_The task_
If a line of the listing contains the string "Joist", return that line.

_Data supplied_
<<<<
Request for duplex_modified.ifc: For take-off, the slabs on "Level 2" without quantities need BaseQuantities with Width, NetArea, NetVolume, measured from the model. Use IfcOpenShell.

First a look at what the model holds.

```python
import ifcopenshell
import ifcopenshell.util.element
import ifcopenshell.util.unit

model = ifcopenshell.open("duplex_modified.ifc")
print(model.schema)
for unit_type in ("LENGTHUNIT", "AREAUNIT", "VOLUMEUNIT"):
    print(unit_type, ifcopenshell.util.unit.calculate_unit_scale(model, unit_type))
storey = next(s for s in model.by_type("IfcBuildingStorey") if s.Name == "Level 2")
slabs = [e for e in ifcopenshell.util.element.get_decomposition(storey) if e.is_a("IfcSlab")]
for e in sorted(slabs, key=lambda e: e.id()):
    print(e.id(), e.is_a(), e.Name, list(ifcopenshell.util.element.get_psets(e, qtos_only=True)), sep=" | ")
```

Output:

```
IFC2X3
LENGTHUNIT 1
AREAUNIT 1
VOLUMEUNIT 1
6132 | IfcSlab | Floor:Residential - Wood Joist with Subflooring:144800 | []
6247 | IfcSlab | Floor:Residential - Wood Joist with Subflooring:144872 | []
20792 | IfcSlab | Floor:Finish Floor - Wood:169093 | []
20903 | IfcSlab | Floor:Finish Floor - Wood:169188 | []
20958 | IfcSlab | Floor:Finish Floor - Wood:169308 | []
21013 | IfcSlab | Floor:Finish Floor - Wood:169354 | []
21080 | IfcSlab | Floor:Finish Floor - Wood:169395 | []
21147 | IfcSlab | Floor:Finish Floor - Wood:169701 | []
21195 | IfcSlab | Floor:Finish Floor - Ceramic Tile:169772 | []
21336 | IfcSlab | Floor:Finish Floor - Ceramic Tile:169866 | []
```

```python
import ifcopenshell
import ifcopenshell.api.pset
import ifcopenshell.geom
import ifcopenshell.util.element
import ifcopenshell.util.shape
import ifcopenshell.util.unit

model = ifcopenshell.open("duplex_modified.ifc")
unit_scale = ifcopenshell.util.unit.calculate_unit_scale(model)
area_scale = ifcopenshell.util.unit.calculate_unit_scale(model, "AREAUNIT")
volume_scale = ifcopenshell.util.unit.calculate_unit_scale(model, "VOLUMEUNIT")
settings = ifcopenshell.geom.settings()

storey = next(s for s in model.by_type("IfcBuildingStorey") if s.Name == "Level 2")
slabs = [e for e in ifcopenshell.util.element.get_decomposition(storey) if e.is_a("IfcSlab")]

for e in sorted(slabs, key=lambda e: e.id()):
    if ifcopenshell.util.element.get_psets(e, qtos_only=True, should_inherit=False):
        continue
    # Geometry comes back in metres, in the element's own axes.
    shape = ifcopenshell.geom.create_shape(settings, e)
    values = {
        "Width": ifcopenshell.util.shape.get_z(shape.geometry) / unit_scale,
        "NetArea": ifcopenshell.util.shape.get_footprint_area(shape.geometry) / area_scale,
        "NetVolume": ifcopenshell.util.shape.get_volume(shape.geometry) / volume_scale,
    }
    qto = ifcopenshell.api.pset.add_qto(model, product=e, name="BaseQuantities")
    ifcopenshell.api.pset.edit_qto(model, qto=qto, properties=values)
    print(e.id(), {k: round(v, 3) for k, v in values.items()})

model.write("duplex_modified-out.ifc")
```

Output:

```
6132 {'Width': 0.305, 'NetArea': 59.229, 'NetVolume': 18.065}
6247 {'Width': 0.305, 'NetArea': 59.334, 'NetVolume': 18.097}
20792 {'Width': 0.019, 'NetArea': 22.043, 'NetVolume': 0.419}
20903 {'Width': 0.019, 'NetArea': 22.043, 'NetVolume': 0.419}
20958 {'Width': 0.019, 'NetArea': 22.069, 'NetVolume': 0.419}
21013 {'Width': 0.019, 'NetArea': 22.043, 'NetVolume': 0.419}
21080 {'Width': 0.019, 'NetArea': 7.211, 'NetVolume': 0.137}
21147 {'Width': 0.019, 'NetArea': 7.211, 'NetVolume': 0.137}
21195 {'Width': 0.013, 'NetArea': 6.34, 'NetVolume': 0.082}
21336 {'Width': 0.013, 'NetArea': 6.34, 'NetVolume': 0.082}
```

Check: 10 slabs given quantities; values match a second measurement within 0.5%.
>>>>
<<<<
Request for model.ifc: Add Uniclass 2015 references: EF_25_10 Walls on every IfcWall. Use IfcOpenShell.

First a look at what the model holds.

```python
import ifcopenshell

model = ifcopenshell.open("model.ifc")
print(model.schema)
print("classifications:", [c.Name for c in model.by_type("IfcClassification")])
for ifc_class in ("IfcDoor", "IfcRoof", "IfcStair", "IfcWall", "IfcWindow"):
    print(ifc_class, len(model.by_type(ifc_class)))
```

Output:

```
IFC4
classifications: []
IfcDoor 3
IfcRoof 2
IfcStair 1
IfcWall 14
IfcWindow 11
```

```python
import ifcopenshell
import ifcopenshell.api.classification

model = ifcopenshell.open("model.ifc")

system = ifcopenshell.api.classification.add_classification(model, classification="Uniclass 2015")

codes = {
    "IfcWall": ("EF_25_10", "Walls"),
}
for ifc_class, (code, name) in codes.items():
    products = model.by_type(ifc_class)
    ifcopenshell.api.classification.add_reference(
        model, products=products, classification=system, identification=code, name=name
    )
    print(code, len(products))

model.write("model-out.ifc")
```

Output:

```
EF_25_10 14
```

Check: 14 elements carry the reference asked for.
>>>>
_Answer space_
6132 | IfcSlab | Floor:Residential - Wood Joist with Subflooring:144800 | []
6247 | IfcSlab | Floor:Residential - Wood Joist with Subflooring:144872 | []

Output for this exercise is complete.